Adiemus wrote:
Palpitus-
If all you can do is to quibble over my use of 'slightest' to describe the lack of co-operation Hussein gave to weapons inspectors- and, in your replies to both gbaji and me, that's basically all you have done- you have an extraordinarily weak argument.
Focused yes, weak, no, unless you're trying to expand the focus of our disagreement. Yes, I quibble over your "slightest", as you wrote:
Quote:
Had he bothered to even make the slightest attempt to comply with any of the seventeen UN resoloutions demanding compliance with the 1991 Gulf war cease-fire terms, in all likelyhood he'd still be in power...
This is very significant--you're shifting all blame from GW Bush and the US as the prime functionary of war onto Saddam Hussein. And doing so in such a hyperbolic manner that the only choice you give the situation is a 1 or 0. Either Saddam were to comply with every sentence of every resolution and there would be no war, or he'd make even a single non-compliant move and
force the UN/US/Whoever to bring him to war. Just as the BA, you seem unwilling to see any compromise on the matter.
Quote:
It wasn't good enough that Saddam "... did make some attempts to comply with 1441, whether you like it or not. It also made attempts to not comply". The mandates demanded TOTAL compliance. Any violation, no matter how large or small, was justification for the resumption of the war. Saddam knew that, yet he chose to obfuscate, misdirect, hinder, lie and do whatever else he could to impede the process, knowing that, if anyone showed any backbone, the end result could be his removal from power at the least or death at the worst. Now, he's paying the price.
Any violation was
partial justification. You seem to think that's all that was needed to war--a violation of a UN resolution. If this were the case we would've gone to war with Israel about 70 times, and China, Russia, etc. many times as well. At least you chose a good word in the above though, "could" not "would". Yes, obstinancy could result in war, but compromise was still possible. The inspectors seemed comfortable in compliance. It was only the US and its lackeys which forced the issue, and now we know it forced it for nothing.
I'm also tired of hearing multiple excuses used as total justification for war:
"He has WMDs (later WMD programs, later intent to develop), we HAVE to go to war to protect ourselves!"

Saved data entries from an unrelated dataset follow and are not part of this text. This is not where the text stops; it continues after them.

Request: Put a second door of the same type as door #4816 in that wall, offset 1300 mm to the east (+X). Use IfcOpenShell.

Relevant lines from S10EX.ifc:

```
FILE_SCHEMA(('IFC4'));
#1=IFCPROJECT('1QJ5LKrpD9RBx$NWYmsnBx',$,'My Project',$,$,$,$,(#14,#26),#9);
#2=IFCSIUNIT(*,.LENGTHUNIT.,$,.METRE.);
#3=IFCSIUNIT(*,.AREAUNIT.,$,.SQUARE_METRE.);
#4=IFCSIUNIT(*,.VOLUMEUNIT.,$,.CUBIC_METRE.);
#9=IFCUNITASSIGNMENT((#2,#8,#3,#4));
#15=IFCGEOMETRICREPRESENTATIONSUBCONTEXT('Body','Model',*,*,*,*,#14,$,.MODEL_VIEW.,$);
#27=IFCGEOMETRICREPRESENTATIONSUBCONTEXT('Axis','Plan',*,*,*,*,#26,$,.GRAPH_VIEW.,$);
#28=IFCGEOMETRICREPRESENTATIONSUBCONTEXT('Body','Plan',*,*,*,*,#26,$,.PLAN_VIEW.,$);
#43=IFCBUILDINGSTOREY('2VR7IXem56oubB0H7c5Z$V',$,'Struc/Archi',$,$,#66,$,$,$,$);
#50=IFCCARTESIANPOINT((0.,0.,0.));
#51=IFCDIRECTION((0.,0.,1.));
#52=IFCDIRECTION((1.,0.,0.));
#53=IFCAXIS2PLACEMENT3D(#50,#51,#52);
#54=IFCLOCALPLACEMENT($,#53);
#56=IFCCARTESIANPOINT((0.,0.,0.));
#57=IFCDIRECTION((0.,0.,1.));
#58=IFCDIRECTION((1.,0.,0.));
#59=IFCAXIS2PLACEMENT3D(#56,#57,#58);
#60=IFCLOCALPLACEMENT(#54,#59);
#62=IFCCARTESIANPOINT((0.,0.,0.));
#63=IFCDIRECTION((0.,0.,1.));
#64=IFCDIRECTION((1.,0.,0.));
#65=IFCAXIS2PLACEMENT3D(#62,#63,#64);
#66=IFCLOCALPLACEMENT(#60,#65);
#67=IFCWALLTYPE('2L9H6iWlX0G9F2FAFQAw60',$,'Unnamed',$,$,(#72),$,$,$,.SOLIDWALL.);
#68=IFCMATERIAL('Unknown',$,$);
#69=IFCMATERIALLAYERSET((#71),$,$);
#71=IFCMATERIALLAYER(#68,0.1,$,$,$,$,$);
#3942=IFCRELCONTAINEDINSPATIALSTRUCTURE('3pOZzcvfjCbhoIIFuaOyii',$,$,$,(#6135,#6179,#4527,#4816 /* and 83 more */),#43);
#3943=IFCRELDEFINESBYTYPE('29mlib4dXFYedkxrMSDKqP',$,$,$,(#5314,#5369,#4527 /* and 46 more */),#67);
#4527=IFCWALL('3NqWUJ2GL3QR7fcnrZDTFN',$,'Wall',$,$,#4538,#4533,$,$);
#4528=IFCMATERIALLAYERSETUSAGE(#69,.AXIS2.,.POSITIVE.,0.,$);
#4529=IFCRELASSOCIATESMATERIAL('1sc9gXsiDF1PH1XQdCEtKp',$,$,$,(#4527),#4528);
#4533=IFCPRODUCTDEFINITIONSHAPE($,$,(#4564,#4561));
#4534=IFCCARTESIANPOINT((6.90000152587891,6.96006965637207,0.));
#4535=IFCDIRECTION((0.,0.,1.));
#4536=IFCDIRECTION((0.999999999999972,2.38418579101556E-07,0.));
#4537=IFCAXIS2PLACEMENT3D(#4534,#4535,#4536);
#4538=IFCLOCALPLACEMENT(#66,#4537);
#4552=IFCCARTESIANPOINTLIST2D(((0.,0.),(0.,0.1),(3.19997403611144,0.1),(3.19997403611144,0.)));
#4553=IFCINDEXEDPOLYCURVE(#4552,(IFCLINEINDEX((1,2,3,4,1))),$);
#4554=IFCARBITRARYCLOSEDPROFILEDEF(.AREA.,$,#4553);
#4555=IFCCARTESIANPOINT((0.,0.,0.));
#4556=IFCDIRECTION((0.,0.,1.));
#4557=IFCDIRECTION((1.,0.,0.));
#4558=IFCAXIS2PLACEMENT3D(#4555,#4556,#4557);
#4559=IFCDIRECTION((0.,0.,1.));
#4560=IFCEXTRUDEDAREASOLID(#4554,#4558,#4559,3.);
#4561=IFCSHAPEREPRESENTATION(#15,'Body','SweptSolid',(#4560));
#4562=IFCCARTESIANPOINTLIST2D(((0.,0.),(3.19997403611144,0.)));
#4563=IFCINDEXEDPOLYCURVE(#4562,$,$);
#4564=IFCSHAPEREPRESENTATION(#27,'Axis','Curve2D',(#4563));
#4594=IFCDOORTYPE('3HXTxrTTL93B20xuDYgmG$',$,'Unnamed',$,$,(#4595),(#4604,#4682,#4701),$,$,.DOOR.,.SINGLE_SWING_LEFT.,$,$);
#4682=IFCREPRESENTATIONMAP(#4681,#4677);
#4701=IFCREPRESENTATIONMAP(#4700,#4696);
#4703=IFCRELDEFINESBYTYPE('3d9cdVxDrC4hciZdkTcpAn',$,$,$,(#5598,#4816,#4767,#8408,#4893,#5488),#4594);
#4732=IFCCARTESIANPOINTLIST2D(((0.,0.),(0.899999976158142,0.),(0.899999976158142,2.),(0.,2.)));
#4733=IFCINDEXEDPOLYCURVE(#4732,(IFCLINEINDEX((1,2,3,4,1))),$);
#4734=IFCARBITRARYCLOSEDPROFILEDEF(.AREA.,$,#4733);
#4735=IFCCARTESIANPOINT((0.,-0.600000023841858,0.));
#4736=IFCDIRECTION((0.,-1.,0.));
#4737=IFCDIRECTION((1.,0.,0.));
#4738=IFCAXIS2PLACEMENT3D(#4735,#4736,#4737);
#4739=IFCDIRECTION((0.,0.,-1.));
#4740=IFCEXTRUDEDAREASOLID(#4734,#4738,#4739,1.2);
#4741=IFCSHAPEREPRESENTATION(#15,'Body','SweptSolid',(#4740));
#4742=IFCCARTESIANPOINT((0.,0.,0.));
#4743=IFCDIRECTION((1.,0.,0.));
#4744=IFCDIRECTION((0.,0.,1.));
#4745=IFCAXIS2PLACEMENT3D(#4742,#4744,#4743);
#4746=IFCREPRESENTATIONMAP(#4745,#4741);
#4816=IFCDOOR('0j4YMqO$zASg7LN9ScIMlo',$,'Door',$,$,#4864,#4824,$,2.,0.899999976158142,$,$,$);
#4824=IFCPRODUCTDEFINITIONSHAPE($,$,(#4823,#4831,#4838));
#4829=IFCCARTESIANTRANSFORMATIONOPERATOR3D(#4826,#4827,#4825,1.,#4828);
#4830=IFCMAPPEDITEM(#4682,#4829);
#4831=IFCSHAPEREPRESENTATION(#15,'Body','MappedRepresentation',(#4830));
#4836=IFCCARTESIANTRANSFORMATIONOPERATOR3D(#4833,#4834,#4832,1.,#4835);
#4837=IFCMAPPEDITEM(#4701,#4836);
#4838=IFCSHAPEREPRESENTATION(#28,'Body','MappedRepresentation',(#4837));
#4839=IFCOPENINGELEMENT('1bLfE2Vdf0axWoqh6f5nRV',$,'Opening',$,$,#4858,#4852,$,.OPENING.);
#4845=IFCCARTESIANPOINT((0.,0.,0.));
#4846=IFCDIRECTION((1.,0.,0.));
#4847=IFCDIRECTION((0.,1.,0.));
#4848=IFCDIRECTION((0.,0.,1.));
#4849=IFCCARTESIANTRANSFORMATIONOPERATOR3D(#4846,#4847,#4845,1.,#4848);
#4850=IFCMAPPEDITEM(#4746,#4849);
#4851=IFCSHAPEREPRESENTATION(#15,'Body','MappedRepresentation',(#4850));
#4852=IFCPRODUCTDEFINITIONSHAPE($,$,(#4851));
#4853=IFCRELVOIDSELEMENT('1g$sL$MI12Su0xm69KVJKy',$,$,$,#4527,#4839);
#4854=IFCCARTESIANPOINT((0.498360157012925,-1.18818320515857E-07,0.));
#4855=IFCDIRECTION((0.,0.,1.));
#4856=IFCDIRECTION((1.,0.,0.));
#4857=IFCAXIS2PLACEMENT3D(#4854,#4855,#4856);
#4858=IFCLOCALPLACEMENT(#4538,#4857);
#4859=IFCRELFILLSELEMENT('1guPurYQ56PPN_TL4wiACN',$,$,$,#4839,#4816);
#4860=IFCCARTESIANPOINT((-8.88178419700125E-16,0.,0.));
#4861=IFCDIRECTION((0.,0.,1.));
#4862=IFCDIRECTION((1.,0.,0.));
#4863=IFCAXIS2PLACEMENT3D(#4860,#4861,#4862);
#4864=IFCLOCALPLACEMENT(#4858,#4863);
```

```python
import ifcopenshell
import ifcopenshell.api.feature
import ifcopenshell.api.geometry
import ifcopenshell.api.root
import ifcopenshell.geom
import ifcopenshell.util.element
import ifcopenshell.util.placement
import ifcopenshell.util.shape
import ifcopenshell.util.unit

model = ifcopenshell.open("S10EX.ifc")
unit_scale = ifcopenshell.util.unit.calculate_unit_scale(model)
settings = ifcopenshell.geom.settings()


def volume(element):
    """Net volume in cubic metres, openings subtracted."""
    shape = ifcopenshell.geom.create_shape(settings, element)
    return ifcopenshell.util.shape.get_volume(shape.geometry)


door = model.by_id(4816)
opening = door.FillsVoids[0].RelatingOpeningElement
wall = opening.VoidsElements[0].RelatingBuildingElement
before = volume(wall)
shift = ifcopenshell.util.placement.get_local_placement(wall.ObjectPlacement)[:3, 0] * 1.3 / unit_scale

# copy_class copies the void relationship, type, container and properties, but no geometry.
new_opening = ifcopenshell.api.root.copy_class(model, product=opening)
new_opening.Representation = ifcopenshell.util.element.copy_deep(
    model, opening.Representation, exclude=["IfcGeometricRepresentationContext", "IfcRepresentationMap"]
)
new_door = ifcopenshell.api.root.copy_class(model, product=door)
new_door.Representation = ifcopenshell.util.element.copy_deep(
    model, door.Representation, exclude=["IfcGeometricRepresentationContext", "IfcRepresentationMap"]
)
ifcopenshell.api.feature.add_filling(model, opening=new_opening, element=new_door)

for old, new in ((opening, new_opening), (door, new_door)):
    matrix = ifcopenshell.util.placement.get_local_placement(old.ObjectPlacement)
    matrix[:3, 3] += shift
    ifcopenshell.api.geometry.edit_object_placement(model, product=new, matrix=matrix, is_si=False)

after = volume(wall)

print(f"wall volume {before:.3f} -> {after:.3f} m3")

model.write("S10EX_updated.ifc")
```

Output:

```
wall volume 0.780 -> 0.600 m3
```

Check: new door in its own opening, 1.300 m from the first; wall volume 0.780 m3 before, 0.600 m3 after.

"He broke 17 UN resolutions, our only recourse is to go to war!"
"He genocided the Kurds and Marsh Arabs, we HAVE to protect Iraqis and that's why we went to war!"

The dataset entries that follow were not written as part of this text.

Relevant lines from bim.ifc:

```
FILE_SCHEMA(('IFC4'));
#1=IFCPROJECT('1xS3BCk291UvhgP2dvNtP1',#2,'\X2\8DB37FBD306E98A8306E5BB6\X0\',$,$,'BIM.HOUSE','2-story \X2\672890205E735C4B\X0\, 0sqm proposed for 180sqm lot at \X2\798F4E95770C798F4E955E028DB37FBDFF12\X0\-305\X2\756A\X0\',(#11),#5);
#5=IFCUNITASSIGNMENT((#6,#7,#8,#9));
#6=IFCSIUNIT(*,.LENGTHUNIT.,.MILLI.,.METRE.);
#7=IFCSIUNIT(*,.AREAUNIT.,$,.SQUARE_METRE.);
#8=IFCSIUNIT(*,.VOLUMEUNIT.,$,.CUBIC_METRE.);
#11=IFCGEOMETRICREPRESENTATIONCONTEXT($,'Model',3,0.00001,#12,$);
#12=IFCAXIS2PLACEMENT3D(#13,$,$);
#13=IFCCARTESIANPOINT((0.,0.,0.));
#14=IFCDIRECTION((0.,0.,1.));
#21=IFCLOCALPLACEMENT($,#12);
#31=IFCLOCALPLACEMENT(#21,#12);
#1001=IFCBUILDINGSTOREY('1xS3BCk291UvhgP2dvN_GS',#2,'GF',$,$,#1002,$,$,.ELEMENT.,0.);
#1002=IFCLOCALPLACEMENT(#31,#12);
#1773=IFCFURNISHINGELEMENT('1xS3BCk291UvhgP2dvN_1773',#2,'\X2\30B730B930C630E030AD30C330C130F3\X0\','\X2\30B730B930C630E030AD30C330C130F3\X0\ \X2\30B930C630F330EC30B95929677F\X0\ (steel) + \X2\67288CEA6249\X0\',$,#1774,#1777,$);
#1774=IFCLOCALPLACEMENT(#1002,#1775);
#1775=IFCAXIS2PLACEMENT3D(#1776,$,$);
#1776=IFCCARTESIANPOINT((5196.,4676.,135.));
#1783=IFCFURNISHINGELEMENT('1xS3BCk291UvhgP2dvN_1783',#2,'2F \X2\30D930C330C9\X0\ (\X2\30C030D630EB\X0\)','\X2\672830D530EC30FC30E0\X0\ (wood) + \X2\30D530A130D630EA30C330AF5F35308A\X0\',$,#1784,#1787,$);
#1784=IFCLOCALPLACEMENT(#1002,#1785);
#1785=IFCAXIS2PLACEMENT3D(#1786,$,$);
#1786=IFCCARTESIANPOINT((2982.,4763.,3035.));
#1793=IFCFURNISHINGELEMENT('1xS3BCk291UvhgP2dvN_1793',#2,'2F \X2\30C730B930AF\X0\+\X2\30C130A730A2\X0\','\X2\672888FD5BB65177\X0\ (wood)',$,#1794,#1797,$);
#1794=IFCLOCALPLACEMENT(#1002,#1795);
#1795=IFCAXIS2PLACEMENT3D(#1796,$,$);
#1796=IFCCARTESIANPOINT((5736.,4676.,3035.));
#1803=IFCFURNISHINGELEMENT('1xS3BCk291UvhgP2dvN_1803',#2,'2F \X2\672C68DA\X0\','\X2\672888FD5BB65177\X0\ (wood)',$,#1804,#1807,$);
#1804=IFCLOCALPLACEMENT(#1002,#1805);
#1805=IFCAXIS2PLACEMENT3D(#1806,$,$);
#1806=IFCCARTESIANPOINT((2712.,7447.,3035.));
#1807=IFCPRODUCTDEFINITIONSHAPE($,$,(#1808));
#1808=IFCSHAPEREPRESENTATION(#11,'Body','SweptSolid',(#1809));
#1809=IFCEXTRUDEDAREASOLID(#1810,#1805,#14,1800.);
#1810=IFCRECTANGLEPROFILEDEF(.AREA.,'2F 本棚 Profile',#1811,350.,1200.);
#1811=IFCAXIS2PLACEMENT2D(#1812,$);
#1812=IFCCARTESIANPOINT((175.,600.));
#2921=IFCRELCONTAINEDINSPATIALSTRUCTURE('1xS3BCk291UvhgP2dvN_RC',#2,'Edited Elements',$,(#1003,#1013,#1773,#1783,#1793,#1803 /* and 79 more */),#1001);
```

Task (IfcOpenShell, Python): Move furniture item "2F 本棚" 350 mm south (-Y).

```python
import ifcopenshell
import ifcopenshell.api.geometry
import ifcopenshell.util.placement

model = ifcopenshell.open("bim.ifc")

item = model.by_id(1803)
matrix = ifcopenshell.util.placement.get_local_placement(item.ObjectPlacement)
matrix[1, 3] -= 350.0
ifcopenshell.api.geometry.edit_object_placement(model, product=item, matrix=matrix, is_si=False)

print(ifcopenshell.util.placement.get_local_placement(item.ObjectPlacement).round(3) + 0.0)

model.write("bim-out.ifc")
```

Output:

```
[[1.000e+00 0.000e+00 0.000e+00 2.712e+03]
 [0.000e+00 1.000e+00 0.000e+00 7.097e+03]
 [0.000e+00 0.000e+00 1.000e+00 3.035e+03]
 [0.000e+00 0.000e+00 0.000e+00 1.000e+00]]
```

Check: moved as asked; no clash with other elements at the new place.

"He harbored terrorists (sort of), we can't let 9/11 happen again, we HAD to go to war!"
"He invaded Kuwait for their (stealing of) oil, he's clearly a dangerous threat to his neighbors, we HAVE to protect our allies and go to war!"
I'll certainly accept that the total of the above may have served as seeming justification. But I'm sick of hearing each one used as such as soon as one of them is completely or mostly refuted or noted as a hypocritical reason.

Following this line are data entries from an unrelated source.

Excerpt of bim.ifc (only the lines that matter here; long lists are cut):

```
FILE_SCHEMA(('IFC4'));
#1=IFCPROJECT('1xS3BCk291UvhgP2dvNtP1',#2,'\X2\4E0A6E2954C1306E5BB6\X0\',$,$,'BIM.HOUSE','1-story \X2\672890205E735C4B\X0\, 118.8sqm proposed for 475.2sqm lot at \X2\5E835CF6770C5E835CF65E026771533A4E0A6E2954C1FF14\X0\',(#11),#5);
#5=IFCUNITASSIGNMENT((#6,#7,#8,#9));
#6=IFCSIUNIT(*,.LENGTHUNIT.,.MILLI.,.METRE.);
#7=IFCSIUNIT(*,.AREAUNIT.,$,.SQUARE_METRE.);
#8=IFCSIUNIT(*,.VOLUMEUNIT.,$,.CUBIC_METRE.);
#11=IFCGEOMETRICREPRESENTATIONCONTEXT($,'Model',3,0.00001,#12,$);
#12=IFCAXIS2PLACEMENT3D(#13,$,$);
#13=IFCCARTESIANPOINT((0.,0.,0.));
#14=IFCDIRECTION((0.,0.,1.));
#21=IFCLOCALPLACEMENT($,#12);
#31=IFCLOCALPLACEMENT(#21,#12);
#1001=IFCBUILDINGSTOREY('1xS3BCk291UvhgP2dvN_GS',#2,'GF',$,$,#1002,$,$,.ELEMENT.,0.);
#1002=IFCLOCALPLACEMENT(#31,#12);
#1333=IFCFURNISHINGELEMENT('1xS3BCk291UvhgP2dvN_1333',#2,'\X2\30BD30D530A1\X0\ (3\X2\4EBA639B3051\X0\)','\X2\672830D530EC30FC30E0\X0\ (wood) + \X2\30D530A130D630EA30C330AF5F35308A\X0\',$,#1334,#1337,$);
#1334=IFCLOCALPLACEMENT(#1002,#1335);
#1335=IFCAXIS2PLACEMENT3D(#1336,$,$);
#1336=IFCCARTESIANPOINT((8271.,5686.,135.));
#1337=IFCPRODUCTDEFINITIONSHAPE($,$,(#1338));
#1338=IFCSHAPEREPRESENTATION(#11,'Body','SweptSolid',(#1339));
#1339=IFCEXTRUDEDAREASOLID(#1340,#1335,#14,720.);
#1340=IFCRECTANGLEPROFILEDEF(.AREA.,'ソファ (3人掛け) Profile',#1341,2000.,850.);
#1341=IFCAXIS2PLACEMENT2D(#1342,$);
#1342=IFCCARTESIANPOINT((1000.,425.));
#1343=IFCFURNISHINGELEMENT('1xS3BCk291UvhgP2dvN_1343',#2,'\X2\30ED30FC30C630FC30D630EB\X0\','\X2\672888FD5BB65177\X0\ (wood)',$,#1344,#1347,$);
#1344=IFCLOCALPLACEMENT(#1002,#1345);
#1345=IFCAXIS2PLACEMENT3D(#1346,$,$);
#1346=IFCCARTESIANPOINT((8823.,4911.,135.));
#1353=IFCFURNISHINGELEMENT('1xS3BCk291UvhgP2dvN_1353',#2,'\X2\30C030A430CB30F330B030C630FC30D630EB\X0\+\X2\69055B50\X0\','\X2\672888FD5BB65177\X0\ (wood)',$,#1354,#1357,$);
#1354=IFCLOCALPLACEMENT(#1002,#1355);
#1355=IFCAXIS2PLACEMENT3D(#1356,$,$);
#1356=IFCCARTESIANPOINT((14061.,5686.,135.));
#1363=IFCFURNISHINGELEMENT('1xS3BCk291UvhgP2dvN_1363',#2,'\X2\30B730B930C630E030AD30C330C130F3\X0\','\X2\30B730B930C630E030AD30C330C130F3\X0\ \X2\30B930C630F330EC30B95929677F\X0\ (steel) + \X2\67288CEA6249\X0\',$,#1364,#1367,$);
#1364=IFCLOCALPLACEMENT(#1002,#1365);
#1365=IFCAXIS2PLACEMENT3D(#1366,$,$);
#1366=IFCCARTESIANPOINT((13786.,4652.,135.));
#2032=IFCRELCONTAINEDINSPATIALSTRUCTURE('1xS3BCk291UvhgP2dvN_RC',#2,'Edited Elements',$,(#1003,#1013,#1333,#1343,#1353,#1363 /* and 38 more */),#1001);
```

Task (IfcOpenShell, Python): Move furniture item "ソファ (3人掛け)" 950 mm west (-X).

```python
import ifcopenshell
import ifcopenshell.api.geometry
import ifcopenshell.util.placement
import ifcopenshell.util.unit

model = ifcopenshell.open("bim.ifc")
unit_scale = ifcopenshell.util.unit.calculate_unit_scale(model)

item = model.by_id(1333)
matrix = ifcopenshell.util.placement.get_local_placement(item.ObjectPlacement)
matrix[0, 3] -= 0.95 / unit_scale
ifcopenshell.api.geometry.edit_object_placement(model, product=item, matrix=matrix, is_si=False)

print(ifcopenshell.util.placement.get_local_placement(item.ObjectPlacement).round(3) + 0.0)

model.write("bim_edited.ifc")
```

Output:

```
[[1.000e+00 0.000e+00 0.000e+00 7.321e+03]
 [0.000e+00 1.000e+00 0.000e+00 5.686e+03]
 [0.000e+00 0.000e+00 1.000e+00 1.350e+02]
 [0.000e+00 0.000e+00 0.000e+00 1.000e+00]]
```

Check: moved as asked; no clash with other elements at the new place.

I also find it amusing that most conservatives despise the UN and see it as a completely ludicrous, corrupt, and worthless organization, yet they bank much of their Iraq War arguments on UN resolutions. While naturally not applying the same standards to say, Israel. That's some hefty picking-and-choosing! (Not that liberals don't do the same thing, hence our lovely arguments.)